From LLMs to MLLMs: Exploring the Landscape of Multimodal Jailbreaking

Siyuan Wang,Zhuohan Long,Zhihao Fan,Zhongyu Wei
2024-06-21
Abstract:The rapid development of Large Language Models (LLMs) and Multimodal Large Language Models (MLLMs) has exposed vulnerabilities to various adversarial attacks. This paper provides a comprehensive overview of jailbreaking research targeting both LLMs and MLLMs, highlighting recent advancements in evaluation benchmarks, attack techniques and defense strategies. Compared to the more advanced state of unimodal jailbreaking, multimodal domain remains underexplored. We summarize the limitations and potential research directions of multimodal jailbreaking, aiming to inspire future research and further enhance the robustness and security of MLLMs.
Computation and Language,Artificial Intelligence
What problem does this paper attempt to address?

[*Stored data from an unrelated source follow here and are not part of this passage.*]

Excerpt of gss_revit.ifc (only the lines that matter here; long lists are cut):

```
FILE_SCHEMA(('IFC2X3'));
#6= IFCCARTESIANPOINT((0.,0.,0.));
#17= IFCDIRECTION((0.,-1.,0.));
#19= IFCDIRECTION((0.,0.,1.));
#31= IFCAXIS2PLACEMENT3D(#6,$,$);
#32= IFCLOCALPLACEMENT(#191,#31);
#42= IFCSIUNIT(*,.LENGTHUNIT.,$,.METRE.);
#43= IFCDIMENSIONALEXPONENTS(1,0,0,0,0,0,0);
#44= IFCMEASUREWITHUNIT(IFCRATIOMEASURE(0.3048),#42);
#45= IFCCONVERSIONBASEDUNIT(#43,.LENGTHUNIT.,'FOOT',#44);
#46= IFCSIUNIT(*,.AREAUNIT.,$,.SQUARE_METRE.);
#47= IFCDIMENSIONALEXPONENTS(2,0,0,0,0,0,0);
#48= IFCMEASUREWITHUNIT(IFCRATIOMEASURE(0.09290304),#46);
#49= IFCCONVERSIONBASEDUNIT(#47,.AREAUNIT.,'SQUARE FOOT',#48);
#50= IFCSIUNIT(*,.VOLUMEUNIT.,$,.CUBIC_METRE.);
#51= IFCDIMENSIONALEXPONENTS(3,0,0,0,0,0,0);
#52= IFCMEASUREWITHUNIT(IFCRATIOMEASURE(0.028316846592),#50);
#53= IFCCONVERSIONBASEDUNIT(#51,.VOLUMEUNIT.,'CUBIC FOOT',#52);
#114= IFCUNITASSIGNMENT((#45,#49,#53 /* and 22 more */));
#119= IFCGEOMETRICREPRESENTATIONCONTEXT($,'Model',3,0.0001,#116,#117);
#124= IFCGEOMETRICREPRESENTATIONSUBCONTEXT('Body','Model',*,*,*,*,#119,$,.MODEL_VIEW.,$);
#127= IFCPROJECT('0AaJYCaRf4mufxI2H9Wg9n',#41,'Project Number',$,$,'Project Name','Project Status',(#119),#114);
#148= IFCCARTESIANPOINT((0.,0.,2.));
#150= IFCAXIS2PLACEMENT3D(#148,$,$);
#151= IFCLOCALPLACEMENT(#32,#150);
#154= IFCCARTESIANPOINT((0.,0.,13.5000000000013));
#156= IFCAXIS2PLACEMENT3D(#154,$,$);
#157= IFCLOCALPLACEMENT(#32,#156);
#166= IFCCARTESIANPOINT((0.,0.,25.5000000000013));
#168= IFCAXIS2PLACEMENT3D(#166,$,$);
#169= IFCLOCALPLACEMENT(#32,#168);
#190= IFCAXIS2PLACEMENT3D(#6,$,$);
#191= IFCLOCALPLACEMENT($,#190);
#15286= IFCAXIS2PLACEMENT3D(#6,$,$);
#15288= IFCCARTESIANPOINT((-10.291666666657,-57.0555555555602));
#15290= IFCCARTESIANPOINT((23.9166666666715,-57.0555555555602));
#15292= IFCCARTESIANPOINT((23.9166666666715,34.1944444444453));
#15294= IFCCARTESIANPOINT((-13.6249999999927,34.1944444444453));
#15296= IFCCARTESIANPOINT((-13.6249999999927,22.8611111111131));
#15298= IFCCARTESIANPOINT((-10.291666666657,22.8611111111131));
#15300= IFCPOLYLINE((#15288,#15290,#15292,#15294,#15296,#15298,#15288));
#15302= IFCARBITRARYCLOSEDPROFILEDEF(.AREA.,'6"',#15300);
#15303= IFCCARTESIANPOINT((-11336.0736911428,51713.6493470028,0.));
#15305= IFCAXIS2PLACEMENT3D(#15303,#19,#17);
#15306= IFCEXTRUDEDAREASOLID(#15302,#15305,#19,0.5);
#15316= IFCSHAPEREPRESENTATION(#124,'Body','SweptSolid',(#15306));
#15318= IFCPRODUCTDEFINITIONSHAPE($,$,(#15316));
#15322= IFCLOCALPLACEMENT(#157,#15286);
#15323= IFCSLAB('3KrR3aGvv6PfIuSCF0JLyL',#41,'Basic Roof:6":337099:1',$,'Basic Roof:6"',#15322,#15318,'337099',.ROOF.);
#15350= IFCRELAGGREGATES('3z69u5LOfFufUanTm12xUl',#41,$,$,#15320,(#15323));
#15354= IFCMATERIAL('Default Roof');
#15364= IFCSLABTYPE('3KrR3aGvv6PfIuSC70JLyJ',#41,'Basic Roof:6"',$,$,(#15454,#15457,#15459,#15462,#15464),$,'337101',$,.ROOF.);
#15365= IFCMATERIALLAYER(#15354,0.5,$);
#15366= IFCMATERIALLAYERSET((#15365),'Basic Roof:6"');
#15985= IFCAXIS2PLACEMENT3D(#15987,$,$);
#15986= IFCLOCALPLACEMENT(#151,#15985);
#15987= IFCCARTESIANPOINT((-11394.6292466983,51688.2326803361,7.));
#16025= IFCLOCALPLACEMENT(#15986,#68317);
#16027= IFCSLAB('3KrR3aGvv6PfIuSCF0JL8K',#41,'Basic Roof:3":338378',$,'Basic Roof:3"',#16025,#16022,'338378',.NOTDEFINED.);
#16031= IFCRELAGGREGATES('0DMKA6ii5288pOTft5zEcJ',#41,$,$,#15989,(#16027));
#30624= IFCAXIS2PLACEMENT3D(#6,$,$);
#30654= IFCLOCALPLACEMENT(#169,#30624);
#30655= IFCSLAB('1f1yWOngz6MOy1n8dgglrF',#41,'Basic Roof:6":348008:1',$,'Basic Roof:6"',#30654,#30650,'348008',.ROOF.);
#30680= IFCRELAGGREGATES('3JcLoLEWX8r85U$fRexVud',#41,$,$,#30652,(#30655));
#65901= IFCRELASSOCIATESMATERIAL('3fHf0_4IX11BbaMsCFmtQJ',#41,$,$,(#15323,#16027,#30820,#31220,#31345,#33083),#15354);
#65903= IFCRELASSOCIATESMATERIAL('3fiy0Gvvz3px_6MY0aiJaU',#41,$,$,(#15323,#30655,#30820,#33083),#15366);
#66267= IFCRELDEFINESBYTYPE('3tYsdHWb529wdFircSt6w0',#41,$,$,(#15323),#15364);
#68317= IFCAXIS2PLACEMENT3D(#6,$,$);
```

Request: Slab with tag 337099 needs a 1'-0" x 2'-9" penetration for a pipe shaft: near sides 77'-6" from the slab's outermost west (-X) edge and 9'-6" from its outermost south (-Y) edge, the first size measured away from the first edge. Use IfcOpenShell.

```python
import numpy as np
import ifcopenshell
import ifcopenshell.api.feature
import ifcopenshell.api.geometry
import ifcopenshell.api.root
import ifcopenshell.geom
import ifcopenshell.util.placement
import ifcopenshell.util.representation
import ifcopenshell.util.shape
import ifcopenshell.util.unit

model = ifcopenshell.open("gss_revit.ifc")
unit_scale = ifcopenshell.util.unit.calculate_unit_scale(model)
settings = ifcopenshell.geom.settings()


def volume(element):
    """Net volume in cubic metres, openings subtracted."""
    shape = ifcopenshell.geom.create_shape(settings, element)
    return ifcopenshell.util.shape.get_volume(shape.geometry)


slab = model.by_guid("3KrR3aGvv6PfIuSCF0JLyL")
before = volume(slab)

# Extent in the slab's own axes, in metres. The edges named are its -X and -Y sides.
slab_shape = ifcopenshell.geom.create_shape(settings, slab)
vertices = ifcopenshell.util.shape.get_vertices(slab_shape.geometry)
x_min, y_min, bottom = vertices.min(axis=0)
top = vertices[:, 2].max()

opening = ifcopenshell.api.root.create_entity(model, ifc_class="IfcOpeningElement", name="Pipe shaft opening")
context = ifcopenshell.util.representation.get_context(model, "Model", "Body", "MODEL_VIEW")
width, depth = 0.3048, 0.8382
outline = [(0.0, 0.0), (width, 0.0), (width, depth), (0.0, depth), (0.0, 0.0)]
# Overshoot both faces by 50 mm so the cut is clean.
shape = ifcopenshell.api.geometry.add_slab_representation(
    model, context=context, depth=top - bottom + 0.1, polyline=outline
)
ifcopenshell.api.geometry.assign_representation(model, product=opening, representation=shape)

matrix = ifcopenshell.util.placement.get_local_placement(slab.ObjectPlacement)
matrix[:, 3] = matrix @ np.append(np.array([x_min + 23.622, y_min + 2.8956, bottom - 0.05]) / unit_scale, 1.0)
ifcopenshell.api.geometry.edit_object_placement(model, product=opening, matrix=matrix, is_si=False)
ifcopenshell.api.feature.add_feature(model, feature=opening, element=slab)

after = volume(slab)

print(f"slab volume {before:.3f} -> {after:.3f} m3")

model.write("gss_revit_v2.ifc")
```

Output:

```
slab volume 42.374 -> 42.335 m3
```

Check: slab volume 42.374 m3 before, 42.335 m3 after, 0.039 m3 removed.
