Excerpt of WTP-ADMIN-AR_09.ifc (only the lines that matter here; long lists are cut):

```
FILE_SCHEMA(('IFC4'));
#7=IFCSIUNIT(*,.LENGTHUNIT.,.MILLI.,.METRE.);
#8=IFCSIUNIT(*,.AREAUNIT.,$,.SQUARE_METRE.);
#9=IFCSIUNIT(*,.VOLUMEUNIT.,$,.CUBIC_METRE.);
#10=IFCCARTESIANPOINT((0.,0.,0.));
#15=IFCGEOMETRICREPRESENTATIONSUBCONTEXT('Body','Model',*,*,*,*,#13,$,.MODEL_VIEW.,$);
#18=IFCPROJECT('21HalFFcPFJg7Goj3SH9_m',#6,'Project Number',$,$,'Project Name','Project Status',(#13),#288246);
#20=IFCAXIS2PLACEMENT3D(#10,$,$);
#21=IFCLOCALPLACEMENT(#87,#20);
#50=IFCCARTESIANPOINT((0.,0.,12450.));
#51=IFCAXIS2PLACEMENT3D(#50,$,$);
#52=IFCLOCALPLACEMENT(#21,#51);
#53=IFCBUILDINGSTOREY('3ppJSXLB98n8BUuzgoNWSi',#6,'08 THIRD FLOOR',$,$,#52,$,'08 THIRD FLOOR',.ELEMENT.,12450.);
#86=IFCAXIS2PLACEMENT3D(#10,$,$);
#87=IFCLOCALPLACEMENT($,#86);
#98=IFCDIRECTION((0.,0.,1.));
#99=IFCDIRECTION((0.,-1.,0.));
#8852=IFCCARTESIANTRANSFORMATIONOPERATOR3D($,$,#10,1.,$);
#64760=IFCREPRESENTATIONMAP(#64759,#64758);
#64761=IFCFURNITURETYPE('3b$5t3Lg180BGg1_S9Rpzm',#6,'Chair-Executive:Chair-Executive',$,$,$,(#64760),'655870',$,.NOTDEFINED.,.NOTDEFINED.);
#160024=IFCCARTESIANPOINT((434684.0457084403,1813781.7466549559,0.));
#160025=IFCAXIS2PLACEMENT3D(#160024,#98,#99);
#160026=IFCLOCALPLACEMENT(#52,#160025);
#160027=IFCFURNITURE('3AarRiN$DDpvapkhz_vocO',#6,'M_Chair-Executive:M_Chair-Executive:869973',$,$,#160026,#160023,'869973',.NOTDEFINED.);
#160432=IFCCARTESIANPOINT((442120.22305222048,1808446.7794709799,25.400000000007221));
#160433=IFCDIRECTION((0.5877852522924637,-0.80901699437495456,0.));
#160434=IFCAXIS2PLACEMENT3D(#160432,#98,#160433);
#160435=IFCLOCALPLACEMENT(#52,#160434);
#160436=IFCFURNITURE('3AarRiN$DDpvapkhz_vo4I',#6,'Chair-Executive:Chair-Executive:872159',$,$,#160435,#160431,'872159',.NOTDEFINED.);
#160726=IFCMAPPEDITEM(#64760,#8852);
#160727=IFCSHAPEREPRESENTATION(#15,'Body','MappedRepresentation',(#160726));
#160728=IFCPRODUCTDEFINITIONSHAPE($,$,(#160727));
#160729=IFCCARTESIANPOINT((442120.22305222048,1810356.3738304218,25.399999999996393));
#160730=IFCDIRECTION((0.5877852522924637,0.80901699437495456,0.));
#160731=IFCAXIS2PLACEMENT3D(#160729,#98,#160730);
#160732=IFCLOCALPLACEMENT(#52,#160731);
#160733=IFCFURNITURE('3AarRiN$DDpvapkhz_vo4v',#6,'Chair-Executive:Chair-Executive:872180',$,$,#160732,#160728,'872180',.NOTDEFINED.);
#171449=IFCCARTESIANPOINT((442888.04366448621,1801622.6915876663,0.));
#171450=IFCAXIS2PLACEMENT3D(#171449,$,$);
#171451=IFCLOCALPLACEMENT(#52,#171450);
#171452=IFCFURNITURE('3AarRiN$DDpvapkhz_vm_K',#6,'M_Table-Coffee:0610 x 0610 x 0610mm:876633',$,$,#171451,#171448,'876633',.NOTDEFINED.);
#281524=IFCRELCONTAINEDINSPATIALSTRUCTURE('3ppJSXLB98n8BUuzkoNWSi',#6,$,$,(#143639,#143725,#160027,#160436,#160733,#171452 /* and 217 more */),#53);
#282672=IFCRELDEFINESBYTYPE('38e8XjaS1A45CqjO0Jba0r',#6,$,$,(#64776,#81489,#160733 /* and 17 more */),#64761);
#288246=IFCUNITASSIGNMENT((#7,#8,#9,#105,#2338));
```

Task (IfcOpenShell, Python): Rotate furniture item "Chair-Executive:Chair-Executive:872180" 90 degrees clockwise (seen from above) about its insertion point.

```python
import ifcopenshell
import ifcopenshell.api.geometry
import ifcopenshell.util.placement

model = ifcopenshell.open("WTP-ADMIN-AR_09.ifc")

item = model.by_guid("3AarRiN$DDpvapkhz_vo4v")
matrix = ifcopenshell.util.placement.get_local_placement(item.ObjectPlacement)
matrix = matrix @ ifcopenshell.util.placement.rotation(-90, "Z")
ifcopenshell.api.geometry.edit_object_placement(model, product=item, matrix=matrix, is_si=False)

print(ifcopenshell.util.placement.get_local_placement(item.ObjectPlacement).round(3) + 0.0)

model.write("WTP-ADMIN-AR_09_v2.ifc")
```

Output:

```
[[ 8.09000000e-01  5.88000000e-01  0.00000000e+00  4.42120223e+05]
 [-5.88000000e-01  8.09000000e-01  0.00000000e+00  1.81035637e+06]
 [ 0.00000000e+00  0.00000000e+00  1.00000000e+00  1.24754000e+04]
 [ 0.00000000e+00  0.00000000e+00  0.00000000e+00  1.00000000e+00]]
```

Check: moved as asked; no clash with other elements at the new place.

The paper aims to explore the security and defense strategies of large language models (LLMs) and multimodal large language models (MLLMs) when facing jailbreaking attacks. Specifically, the research objectives include the following aspects: 1. **Comprehensive Overview**: Provide a comprehensive review covering the current state of jailbreaking attacks against LLMs and MLLMs, highlighting recent advancements in evaluation benchmarks, attack techniques, and defense strategies. 2. **Exploration in the Multimodal Domain**: Compared to the relatively mature research on unimodal LLMs, the multimodal domain is still in the exploratory stage. The paper attempts to summarize the limitations of current multimodal jailbreaking research and propose future research directions. 3. **Evaluation Datasets**: Introduce various datasets used to evaluate the security of LLMs and MLLMs, including datasets in single-turn query response and multi-turn dialogue settings. 4. **Attack Methods**: Describe in detail the methods of non-parametric attacks and parametric attacks. The former involves semantic attacks by manipulating input prompts or images, while the latter involves non-semantic attacks by accessing model weights or logits. 5. **Defense Strategies**: Discuss different methods of intrinsic defenses (such as enhancing the model's secure training) and extrinsic defenses (such as implementing protective measures at the input or output end) to improve the model's resistance to jailbreaking attacks. 6. **Future Directions**: Propose research suggestions to address the shortcomings in multimodal jailbreaking research, such as limited image sources, narrow task scope, and static toxicity. Suggestions include increasing image diversity and constructing complex multimodal tasks. Through the above research, the paper hopes to provide a theoretical foundation and technical guidance for the security and defense mechanisms of future multimodal large language models, further enhancing the robustness and security of MLLMs.